··· Information shown

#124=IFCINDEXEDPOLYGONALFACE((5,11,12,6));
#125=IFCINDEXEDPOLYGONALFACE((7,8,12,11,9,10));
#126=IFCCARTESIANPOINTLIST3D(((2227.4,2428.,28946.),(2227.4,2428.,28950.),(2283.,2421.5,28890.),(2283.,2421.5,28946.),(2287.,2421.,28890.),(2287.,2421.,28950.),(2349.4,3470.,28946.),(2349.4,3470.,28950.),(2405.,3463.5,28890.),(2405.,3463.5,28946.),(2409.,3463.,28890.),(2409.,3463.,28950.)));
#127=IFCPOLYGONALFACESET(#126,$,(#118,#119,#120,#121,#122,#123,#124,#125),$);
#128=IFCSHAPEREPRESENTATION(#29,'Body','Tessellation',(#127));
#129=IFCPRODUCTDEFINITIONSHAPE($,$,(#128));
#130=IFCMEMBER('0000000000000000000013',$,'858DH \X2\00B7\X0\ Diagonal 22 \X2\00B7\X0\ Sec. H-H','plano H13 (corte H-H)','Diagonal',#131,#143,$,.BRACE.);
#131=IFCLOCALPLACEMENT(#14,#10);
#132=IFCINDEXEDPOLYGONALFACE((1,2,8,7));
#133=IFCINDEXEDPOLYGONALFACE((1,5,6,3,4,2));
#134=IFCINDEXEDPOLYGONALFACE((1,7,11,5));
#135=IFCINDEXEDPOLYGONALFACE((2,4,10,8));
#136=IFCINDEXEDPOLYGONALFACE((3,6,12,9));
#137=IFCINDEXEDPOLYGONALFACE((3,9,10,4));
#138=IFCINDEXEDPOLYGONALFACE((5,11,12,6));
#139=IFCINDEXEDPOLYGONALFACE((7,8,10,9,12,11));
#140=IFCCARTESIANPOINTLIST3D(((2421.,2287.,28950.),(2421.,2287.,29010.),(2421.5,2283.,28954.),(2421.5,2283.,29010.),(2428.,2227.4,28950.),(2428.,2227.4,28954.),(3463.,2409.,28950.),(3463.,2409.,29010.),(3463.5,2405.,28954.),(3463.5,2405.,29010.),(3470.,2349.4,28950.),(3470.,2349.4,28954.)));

······
··· Information shown

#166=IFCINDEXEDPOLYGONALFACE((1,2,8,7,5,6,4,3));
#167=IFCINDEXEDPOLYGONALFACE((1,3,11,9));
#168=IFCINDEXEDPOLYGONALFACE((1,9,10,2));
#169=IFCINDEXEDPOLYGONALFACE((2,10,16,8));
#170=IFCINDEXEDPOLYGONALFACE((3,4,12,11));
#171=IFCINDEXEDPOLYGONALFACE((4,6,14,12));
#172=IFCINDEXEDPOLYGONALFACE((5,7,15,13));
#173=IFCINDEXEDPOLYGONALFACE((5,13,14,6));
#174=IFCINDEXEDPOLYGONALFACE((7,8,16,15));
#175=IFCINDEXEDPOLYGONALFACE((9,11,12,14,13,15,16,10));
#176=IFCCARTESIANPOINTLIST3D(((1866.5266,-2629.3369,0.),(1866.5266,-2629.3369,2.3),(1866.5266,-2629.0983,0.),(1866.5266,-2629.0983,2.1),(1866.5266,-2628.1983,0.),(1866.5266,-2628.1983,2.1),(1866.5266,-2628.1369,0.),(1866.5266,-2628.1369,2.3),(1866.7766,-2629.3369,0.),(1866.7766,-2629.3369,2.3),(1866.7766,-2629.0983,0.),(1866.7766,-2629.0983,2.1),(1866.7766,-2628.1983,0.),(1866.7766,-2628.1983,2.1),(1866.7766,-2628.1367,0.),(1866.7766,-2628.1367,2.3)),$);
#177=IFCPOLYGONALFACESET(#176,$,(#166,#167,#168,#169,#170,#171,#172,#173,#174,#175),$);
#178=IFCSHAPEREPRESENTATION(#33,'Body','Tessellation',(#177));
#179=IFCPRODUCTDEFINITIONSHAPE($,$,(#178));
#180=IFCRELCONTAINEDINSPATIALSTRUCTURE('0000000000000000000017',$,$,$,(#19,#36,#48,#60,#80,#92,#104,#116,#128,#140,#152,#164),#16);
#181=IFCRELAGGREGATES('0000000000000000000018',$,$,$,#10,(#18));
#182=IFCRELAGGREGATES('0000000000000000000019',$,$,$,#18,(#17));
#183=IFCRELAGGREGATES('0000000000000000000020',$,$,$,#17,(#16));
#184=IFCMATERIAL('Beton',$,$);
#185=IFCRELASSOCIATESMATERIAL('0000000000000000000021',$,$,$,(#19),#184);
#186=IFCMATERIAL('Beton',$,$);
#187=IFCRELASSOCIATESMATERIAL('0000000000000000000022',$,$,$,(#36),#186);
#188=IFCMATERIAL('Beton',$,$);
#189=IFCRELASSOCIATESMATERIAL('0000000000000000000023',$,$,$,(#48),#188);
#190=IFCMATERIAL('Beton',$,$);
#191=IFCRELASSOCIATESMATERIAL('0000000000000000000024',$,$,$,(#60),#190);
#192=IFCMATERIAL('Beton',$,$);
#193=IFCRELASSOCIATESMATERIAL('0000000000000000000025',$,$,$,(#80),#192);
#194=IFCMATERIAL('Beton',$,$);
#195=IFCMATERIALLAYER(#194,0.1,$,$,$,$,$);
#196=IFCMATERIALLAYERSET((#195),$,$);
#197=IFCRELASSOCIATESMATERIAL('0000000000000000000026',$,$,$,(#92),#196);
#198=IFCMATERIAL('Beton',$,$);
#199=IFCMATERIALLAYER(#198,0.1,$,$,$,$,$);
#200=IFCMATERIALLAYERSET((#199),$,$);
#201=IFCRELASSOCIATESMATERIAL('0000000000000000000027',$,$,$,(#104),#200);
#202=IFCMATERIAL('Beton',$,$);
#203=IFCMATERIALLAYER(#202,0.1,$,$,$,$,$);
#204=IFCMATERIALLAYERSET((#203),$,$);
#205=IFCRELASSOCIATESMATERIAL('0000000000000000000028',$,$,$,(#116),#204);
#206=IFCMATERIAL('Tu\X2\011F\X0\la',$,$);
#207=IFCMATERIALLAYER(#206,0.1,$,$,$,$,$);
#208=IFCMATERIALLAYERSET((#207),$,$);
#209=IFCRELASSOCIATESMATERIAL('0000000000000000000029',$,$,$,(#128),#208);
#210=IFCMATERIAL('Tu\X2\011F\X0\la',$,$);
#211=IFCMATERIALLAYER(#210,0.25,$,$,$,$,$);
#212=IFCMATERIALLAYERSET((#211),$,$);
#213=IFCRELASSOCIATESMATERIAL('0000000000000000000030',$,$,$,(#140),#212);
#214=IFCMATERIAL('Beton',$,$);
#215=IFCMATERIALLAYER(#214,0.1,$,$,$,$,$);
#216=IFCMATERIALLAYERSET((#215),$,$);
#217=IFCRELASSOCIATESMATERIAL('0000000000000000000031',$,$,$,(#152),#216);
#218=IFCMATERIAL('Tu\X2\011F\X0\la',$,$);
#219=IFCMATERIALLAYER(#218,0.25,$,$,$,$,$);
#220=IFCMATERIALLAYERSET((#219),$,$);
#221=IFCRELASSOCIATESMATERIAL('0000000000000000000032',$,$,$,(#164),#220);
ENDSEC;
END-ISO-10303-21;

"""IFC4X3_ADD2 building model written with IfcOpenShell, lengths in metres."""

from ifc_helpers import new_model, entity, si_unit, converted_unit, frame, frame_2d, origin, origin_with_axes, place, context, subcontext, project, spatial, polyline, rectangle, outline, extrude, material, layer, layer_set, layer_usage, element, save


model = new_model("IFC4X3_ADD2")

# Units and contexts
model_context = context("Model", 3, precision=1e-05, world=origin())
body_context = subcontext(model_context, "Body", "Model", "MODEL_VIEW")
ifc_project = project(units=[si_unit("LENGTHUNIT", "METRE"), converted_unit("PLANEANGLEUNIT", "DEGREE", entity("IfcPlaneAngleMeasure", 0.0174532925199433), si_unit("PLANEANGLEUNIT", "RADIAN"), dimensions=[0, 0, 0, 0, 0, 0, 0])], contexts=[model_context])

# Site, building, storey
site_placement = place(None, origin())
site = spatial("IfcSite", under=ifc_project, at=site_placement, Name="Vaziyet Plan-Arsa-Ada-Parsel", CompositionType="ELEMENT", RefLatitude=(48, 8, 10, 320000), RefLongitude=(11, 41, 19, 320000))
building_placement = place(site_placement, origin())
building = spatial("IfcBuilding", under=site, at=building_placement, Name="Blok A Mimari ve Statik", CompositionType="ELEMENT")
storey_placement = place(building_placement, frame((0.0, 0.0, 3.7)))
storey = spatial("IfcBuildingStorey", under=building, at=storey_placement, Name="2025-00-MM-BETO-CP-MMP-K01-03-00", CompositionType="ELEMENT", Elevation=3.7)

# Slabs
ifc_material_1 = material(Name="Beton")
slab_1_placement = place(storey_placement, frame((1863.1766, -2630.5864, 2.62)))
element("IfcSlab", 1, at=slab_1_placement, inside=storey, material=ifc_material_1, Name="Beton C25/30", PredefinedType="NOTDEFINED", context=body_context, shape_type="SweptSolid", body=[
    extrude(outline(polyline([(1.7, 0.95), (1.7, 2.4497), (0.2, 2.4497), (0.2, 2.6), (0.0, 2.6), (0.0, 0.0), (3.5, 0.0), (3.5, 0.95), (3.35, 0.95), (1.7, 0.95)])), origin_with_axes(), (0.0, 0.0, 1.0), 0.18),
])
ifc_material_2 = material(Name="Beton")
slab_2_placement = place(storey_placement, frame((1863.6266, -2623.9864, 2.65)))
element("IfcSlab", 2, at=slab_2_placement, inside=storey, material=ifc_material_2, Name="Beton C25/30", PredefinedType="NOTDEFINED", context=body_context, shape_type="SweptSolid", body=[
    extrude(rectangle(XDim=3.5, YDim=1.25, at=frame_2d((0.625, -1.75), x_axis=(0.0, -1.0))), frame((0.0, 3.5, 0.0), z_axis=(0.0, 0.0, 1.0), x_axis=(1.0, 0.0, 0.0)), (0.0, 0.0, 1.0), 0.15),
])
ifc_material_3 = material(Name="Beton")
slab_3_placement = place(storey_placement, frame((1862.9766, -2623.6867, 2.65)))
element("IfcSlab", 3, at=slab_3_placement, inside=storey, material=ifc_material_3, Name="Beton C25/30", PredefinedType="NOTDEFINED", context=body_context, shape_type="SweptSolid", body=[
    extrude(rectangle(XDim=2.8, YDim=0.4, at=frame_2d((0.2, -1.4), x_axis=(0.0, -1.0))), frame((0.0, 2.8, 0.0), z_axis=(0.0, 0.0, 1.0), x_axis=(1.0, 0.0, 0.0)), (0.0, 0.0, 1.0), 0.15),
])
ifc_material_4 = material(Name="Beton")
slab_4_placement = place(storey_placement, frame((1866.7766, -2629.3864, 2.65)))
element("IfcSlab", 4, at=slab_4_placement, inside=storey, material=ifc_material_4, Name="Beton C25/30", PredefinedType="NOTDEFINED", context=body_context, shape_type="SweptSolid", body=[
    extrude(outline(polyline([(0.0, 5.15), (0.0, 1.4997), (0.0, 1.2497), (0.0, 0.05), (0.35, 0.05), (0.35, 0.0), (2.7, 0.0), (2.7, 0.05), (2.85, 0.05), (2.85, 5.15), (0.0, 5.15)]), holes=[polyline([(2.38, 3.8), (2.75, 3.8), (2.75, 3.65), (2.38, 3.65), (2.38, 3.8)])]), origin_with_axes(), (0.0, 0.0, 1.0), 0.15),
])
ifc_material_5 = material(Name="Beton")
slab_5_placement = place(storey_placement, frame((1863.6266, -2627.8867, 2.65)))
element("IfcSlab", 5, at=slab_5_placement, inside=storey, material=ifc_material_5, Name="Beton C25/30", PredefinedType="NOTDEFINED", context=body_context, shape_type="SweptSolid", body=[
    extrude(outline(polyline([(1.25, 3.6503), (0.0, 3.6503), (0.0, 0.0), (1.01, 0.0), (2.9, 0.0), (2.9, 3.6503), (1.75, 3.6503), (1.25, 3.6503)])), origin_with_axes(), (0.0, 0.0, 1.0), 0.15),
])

······

▸ **Activity**:
Find the lines of the listing above that hold "IFCSHAPEREPRESENTATION". Please copy them.

▸ **Solved problem**:
#128=IFCSHAPEREPRESENTATION(#29,'Body','Tessellation',(#127));
#178=IFCSHAPEREPRESENTATION(#33,'Body','Tessellation',(#177));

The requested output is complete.